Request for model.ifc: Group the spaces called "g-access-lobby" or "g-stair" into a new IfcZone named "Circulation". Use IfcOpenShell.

First a look at what the model holds.

```python
import ifcopenshell

model = ifcopenshell.open("model.ifc")
print(model.schema)
seen = {}
for space in model.by_type("IfcSpace"):
    seen[space.LongName] = seen.get(space.LongName, 0) + 1
for name, count in sorted(seen.items(), key=str):
    print(count, "x", name)
print("zones:", [z.Name for z in model.by_type("IfcZone")][:20])
```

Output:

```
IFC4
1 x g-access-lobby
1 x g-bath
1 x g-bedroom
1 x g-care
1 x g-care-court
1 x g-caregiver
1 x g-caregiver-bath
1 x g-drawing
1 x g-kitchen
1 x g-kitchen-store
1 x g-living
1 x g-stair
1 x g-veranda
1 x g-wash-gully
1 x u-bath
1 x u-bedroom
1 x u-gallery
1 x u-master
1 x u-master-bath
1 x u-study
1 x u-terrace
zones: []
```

```python
import ifcopenshell
import ifcopenshell.api.group
import ifcopenshell.api.root

model = ifcopenshell.open("model.ifc")

names = {"g-access-lobby", "g-stair"}
spaces = [s for s in model.by_type("IfcSpace") if s.LongName in names]

zone = ifcopenshell.api.root.create_entity(model, ifc_class="IfcZone", name="Circulation")
ifcopenshell.api.group.assign_group(model, products=spaces, group=zone)
print(len(spaces), "spaces in", zone.Name)

model.write("model_edited.ifc")
```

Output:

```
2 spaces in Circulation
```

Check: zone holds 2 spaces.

┄┄┄┄┄┄┄┄┄┄┄┄┄┄┄┄┄┄┄┄

• PROBLEM DETAILS
Repeat the listing in its entirety, keeping each line as it is.

• TASK RESULT
Request for model.ifc: Group the spaces called "g-access-lobby" or "g-stair" into a new IfcZone named "Circulation". Use IfcOpenShell.

First a look at what the model holds.

```python
import ifcopenshell

model = ifcopenshell.open("model.ifc")
print(model.schema)
seen = {}
for space in model.by_type("IfcSpace"):
    seen[space.LongName] = seen.get(space.LongName, 0) + 1
for name, count in sorted(seen.items(), key=str):
    print(count, "x", name)
print("zones:", [z.Name for z in model.by_type("IfcZone")][:20])
```

Output:

```
IFC4
1 x g-access-lobby
1 x g-bath
1 x g-bedroom
1 x g-care
1 x g-care-court
1 x g-caregiver
1 x g-caregiver-bath
1 x g-drawing
1 x g-kitchen
1 x g-kitchen-store
1 x g-living
1 x g-stair
1 x g-veranda
1 x g-wash-gully
1 x u-bath
1 x u-bedroom
1 x u-gallery
1 x u-master
1 x u-master-bath
1 x u-study
1 x u-terrace
zones: []
```

```python
import ifcopenshell
import ifcopenshell.api.group
import ifcopenshell.api.root

model = ifcopenshell.open("model.ifc")

names = {"g-access-lobby", "g-stair"}
spaces = [s for s in model.by_type("IfcSpace") if s.LongName in names]

zone = ifcopenshell.api.root.create_entity(model, ifc_class="IfcZone", name="Circulation")
ifcopenshell.api.group.assign_group(model, products=spaces, group=zone)
print(len(spaces), "spaces in", zone.Name)

model.write("model_edited.ifc")
```

Output:

```
2 spaces in Circulation
```

Check: zone holds 2 spaces.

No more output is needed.